Scraping Google Translate

2019-05-04 16:17发布

问题:

I would like to scraping Google Translate with NodeJS and cheerio library:

request("http://translate.google.de/#de/en/hallo%20welt", function(err, resp, body) {
    if(err) throw err;

    $ = cheerio.load(body);
    console.log($('#result_box').find('span').length);    
}

But he can't find the necessary span-elements from translation box (result_box).
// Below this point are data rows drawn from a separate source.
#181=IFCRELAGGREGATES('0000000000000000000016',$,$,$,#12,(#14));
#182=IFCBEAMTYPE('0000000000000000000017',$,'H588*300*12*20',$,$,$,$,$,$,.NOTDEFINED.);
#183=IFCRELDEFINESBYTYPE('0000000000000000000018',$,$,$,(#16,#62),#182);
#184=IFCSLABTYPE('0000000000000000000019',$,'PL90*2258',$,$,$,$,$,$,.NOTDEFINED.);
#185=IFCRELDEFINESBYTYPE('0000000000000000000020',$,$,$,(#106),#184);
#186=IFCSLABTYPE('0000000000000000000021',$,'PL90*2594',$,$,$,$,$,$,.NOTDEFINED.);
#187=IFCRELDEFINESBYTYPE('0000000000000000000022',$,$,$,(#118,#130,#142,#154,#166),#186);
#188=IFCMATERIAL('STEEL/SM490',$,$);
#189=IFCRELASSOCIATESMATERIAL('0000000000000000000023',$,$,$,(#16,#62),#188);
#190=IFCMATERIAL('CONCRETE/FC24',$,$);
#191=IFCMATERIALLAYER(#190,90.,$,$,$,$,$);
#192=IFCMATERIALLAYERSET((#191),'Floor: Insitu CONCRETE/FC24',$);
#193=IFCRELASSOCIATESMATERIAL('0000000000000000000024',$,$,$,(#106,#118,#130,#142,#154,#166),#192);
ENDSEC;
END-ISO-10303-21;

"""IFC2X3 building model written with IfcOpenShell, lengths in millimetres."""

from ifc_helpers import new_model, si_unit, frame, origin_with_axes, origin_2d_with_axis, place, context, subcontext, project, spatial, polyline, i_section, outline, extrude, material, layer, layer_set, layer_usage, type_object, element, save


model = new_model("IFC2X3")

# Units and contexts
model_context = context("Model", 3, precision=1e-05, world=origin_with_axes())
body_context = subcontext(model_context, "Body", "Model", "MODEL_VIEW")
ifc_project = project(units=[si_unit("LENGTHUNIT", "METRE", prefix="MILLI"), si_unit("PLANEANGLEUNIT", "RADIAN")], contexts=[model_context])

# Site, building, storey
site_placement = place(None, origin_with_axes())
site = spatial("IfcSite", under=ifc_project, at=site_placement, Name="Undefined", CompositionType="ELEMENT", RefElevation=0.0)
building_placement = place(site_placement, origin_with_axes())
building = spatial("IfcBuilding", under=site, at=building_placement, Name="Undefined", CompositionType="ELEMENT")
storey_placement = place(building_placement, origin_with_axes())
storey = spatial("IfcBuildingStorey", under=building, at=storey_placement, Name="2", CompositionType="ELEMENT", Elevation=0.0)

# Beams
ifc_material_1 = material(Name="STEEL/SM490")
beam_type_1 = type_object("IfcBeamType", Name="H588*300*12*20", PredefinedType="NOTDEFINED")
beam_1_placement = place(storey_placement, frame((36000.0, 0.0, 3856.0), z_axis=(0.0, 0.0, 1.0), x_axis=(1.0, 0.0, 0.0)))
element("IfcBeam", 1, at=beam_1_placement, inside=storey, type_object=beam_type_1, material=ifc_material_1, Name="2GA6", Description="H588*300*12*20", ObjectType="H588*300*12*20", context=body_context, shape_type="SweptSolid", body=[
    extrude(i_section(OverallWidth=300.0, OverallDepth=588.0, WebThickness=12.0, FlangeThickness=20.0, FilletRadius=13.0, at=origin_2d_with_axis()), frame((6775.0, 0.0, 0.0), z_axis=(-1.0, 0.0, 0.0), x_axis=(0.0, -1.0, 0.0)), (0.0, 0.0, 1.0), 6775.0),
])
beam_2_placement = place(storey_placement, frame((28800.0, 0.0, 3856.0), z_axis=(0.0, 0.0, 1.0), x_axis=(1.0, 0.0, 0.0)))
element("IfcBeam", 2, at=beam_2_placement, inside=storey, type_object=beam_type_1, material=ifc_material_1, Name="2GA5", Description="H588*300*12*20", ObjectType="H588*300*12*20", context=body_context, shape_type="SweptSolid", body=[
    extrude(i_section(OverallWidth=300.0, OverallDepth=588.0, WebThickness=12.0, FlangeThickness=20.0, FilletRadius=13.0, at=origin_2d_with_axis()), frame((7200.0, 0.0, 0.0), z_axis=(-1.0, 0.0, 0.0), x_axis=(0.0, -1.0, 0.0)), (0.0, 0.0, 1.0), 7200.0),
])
In source code of the website it looks like this:

<span id="result_box">
    <span class="hps">hello</span>
    <span class="hps">world</span>
</span>

So I think I could wait 5-10 seconds til Google has created all span-elements, but no.. seems to be that isn't..

setTimeout(function() {
        $ = cheerio.load(body);
        console.log($('#result_box').find('span').length);    
    }, 15000);

Could you help me, please? :)


Solution:

Instead of cheerio I use http.get:

http.get(
  this.prepareURL("http://translate.google.de/translate_a/t?client=t&sl=de&tl=en&hl=de&ie=UTF-8&oe=UTF-8&oc=2&otf=1&ssel=5&tsel=5&pc=1&q=Hallo", 
  function(result) {
    result.setEncoding('utf8');
    result.on("data", function(chunk) {
        console.log(chunk); 
    });
}));

So I get a result string with translation. The used url is the request to server.

回答1:

I know you've already resolved this, but i think the reason why your code didn't work was because you should have written [...].find("span.hps").[...]
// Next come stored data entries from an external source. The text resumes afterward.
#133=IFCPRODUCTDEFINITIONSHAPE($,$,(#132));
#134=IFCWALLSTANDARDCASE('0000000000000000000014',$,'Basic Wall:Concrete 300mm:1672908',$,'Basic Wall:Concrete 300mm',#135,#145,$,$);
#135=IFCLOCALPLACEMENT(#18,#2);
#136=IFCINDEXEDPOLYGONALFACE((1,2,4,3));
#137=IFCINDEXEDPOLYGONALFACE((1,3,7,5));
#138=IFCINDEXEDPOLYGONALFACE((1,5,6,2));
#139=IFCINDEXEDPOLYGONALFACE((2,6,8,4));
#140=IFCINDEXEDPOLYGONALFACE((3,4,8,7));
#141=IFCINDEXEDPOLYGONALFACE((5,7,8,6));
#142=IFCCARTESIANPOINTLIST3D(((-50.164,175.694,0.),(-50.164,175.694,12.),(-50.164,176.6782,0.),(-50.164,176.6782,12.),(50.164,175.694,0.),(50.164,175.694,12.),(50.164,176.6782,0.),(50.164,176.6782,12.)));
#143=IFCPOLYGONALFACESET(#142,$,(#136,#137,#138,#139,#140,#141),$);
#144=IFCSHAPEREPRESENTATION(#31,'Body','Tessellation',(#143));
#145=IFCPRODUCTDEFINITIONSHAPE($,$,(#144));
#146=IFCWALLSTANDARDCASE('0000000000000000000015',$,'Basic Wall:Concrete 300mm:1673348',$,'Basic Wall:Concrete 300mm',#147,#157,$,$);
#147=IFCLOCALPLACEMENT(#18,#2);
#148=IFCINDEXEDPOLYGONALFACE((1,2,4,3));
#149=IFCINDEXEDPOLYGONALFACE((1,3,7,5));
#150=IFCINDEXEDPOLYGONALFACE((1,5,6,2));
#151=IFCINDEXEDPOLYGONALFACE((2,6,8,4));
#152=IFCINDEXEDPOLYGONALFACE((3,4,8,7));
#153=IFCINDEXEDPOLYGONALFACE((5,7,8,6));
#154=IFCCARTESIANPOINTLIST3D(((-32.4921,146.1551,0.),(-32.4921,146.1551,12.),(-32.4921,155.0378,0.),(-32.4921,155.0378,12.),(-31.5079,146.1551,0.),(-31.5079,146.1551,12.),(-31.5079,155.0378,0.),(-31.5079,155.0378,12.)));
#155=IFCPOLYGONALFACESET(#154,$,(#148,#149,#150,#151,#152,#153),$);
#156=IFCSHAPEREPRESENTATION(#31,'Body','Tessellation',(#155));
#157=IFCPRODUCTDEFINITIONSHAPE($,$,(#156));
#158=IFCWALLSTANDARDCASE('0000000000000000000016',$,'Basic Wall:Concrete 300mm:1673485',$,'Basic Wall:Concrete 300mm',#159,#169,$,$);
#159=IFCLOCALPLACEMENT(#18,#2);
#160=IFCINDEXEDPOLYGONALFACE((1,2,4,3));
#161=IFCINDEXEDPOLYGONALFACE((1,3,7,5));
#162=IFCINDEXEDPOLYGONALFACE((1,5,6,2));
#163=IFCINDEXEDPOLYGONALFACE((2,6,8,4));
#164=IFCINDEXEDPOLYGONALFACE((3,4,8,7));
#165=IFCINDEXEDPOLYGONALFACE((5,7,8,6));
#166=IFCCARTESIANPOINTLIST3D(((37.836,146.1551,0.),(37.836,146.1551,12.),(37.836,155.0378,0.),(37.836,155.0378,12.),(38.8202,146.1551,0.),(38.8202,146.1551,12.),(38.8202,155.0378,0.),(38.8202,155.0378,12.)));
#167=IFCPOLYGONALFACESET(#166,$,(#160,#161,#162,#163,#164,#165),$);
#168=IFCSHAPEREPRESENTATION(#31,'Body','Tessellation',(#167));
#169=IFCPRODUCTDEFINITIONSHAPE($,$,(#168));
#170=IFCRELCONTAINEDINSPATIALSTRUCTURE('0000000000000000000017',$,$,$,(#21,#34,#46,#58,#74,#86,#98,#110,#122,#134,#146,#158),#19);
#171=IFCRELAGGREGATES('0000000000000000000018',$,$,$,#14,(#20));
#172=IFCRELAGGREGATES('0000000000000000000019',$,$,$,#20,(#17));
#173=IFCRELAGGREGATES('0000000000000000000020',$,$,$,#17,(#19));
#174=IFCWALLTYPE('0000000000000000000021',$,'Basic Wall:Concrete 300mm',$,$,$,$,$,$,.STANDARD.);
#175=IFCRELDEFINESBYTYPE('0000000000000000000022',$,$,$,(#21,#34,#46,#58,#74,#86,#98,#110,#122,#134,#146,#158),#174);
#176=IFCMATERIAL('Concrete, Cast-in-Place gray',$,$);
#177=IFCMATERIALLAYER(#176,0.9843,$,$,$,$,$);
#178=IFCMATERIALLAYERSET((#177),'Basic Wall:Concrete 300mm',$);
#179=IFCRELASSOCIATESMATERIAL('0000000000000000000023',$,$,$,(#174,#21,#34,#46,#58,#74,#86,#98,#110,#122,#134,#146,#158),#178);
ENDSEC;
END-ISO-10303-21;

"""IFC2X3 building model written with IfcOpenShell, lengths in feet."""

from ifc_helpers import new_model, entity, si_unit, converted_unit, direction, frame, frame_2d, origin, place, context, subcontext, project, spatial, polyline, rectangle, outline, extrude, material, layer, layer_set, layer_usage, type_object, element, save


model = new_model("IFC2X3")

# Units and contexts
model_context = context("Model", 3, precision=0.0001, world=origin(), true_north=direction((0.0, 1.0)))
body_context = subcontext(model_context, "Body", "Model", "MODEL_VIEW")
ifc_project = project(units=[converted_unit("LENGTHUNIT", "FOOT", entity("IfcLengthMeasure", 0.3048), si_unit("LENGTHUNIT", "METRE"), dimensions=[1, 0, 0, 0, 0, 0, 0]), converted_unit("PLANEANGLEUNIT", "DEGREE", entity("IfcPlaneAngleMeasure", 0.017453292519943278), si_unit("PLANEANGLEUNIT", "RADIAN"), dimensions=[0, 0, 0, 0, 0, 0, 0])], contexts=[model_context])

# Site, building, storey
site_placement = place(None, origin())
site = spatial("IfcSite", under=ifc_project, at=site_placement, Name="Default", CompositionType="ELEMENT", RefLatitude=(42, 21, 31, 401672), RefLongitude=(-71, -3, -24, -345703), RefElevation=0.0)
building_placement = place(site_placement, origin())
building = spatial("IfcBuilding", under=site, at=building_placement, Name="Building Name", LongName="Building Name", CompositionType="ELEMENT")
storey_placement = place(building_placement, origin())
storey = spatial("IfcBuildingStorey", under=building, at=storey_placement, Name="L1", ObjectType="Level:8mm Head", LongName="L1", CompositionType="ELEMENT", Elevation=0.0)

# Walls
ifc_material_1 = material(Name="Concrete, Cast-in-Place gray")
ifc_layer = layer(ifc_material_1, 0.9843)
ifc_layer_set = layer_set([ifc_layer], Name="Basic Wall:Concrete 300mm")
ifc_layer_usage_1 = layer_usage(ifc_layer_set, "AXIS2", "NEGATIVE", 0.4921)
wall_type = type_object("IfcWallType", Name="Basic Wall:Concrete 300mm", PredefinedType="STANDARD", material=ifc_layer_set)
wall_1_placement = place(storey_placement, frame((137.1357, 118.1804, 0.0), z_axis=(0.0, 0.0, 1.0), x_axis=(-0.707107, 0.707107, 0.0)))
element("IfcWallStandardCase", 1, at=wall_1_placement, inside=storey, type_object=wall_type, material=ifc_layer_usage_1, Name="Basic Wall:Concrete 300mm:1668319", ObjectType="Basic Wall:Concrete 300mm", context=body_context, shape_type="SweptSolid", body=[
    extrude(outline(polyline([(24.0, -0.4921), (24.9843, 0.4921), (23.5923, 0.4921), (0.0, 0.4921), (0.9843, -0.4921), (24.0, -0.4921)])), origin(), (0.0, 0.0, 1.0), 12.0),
Or at least for me it worked always only with the class identifier, when present.



回答2:

The reason that you can't use cheerio in node to scrap google translation that google is not rendering the translation page at google side! They reply with a script to your request then the script make an api request that includes your string. Then the script at the user side run again and build the content you see and that's what not happen in cheerio!

So you need to do a request to the api but it's google and they can detect scrapping so they will block you after a few attempts!

You still can fake a user behavior but it'll take long time and they may block you at any time!